Different from standard rooms and suites, spa rooms offer pampering bath features like steam showers, saunas and color therapy tubs. Many incorporate treatment-room furniture like massage tables, and bring the gym into the guest space with workout equipment.

"It's a lot like the bedding wars of the hotel industry when consumers were demanding comfort," said Lynne Walker McNees, president of the International Spa Association, which identified "living at the spa" as one of the leading trends in a 2007 report. "Travelers want to take time to step away after racing from place to place, to have calm and an opportunity to relax."

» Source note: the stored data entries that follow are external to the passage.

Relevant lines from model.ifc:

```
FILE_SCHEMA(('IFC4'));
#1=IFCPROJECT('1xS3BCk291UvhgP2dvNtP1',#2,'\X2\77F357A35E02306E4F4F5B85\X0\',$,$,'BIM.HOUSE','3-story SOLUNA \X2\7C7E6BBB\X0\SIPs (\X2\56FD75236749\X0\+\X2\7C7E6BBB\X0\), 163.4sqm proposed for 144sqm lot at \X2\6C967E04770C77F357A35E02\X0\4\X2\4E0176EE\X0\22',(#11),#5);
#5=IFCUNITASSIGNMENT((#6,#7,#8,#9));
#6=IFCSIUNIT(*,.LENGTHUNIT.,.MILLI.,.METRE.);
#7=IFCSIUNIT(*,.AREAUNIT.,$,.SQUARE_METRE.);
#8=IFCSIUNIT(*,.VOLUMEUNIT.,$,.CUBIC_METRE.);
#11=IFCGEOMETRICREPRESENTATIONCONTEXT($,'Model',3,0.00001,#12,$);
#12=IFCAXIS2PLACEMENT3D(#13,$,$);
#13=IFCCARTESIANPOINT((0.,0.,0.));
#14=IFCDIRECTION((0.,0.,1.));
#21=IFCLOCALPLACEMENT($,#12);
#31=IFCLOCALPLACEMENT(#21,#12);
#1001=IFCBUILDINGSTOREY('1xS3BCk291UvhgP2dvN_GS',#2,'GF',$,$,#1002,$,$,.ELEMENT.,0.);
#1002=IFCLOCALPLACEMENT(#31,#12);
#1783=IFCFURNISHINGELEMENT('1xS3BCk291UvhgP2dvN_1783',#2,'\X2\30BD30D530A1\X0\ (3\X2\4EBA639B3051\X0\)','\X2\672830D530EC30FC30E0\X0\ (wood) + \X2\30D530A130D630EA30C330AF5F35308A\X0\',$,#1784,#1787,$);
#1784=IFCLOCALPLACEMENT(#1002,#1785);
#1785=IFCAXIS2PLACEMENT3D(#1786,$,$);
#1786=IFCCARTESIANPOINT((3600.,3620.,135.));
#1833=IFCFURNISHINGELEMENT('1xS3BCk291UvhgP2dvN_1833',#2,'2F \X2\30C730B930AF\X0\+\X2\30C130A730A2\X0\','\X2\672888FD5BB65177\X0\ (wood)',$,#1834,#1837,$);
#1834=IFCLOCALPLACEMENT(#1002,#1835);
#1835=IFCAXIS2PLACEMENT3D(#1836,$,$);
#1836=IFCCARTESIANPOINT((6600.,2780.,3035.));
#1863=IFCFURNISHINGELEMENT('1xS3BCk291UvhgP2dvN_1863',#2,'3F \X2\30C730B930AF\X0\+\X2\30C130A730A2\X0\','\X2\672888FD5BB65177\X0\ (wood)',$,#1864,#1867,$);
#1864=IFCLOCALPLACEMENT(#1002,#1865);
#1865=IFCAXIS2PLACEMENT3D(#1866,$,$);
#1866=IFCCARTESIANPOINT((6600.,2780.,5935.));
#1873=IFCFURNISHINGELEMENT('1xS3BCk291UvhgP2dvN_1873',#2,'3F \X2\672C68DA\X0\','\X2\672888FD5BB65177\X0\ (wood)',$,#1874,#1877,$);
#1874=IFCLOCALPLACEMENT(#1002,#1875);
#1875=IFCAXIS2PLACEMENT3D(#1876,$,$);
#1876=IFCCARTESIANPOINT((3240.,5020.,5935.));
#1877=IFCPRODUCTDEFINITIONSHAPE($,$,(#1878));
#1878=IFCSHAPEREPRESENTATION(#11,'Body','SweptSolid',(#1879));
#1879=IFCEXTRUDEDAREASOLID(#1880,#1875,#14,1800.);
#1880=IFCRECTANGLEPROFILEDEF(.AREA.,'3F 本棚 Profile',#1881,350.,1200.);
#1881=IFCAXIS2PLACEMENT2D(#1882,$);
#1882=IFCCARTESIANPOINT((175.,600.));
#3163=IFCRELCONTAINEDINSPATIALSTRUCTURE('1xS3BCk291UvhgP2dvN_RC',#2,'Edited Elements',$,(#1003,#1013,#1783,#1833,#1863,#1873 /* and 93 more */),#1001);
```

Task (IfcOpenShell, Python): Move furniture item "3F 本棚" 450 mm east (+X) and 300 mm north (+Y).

```python
import ifcopenshell
import ifcopenshell.api.geometry
import ifcopenshell.util.placement

model = ifcopenshell.open("model.ifc")

item = model.by_guid("1xS3BCk291UvhgP2dvN_1873")
matrix = ifcopenshell.util.placement.get_local_placement(item.ObjectPlacement)
matrix[0, 3] += 450.0
matrix[1, 3] += 300.0
ifcopenshell.api.geometry.edit_object_placement(model, product=item, matrix=matrix, is_si=False)

print(ifcopenshell.util.placement.get_local_placement(item.ObjectPlacement).round(3) + 0.0)

model.write("model_rev.ifc")
```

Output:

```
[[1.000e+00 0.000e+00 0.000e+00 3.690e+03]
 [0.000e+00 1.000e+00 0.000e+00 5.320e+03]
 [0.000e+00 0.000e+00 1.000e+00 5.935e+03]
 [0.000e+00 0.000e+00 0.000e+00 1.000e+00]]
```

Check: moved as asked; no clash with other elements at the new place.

When the spa consultant and designer Sylvia Sepielli travels, she tries to avoid the pitfalls of the road: unhealthful food, late hours and lapses in her fitness routine. Guided by her own habits, Sepielli designed her first spa-oriented hotel rooms at the Royal Palms Resort and Spa, (602) 840-3610, www.royalpalmshotel.com, in Phoenix.

"Everything in the rooms supports a healthy lifestyle," Sepielli said of the Royal Palms' new spa villa and six new spa suites, which opened in February and have massage tables, yoga mats and dumbbells. Colored lighting aims to balance chakras, and each evening guests receive a 15-minute neck and shoulder massage, after which the therapist draws a bath or runs the steam shower. Rates for these suites start at $339.

Ready for relaxation

The most ambitious proponent of spa rooms, Hyatt Hotels and Resorts, plans to install them at all new Park Hyatt and at some Grand Hyatt hotels, its two highest priced brands. Hyatt first tested the concept in 2004 with the opening of Plateau, a 14-room spa floor in the Grand Hyatt Hong Kong, (852) 2588-1234, www.hongkong.grand.hyatt.com, featuring soaking tubs, massage futons and, in some rooms, steam baths.

The Mandarin Oriental, Miami, (305) 913-8288, www.mandarinoriental.com/miami, unveiled 16 "spa lifestyle rooms" in January, touting wellness in their air purification systems, special cleaning procedures, yoga mats, wellness balls, dumbbells and healthful snacks, including dried fruit and green tea. "We felt we had a health enthusiast staying here that would appreciate the spa concept within the accommodations," said a spokeswoman, Alexandra Wensley. These rooms start at $520.

For now, Mandarin Oriental has no plans to replicate the concept at other hotels, but elsewhere the trend is taking off. At the recently restored US Grant in San Diego, (866) 837-4270, www.usgrant.net,, services from a local day spa are offered in every room, but the six deluxe spa rooms, which start at $649, function as live-in retreats. They have infinity tubs with color therapy lighting and generous marble showers with six to 12 shower heads.

The JW Marriott Desert Ridge, (480) 293-5000, www.jwdesertridgeresort.com, in Phoenix has opened six spa rooms, replete with Kashwere robes, battery-operated tea lights, candles, air diffusers and yoga mats. Rates start at $619.

In October, the Half Moon Resort in Jamaica, (876) 953-2211, www.halfmoon.com, will open a new 68,000-square-foot spa in a complex that includes six beachfront spa suites. Each will have a "personal studio" that can be used for treatments or fitness, rain shower heads and color therapy soaking tubs. Rates from $990.

And when it opens next spring, the Ritz-Carlton, Rancho Mirage, www.ritzcarlton.com, near Palm Springs, Calif., will offer 18 spa suites with private access to the spa, aromatherapy scents and outdoor living space where guests can practice yoga or have a massage.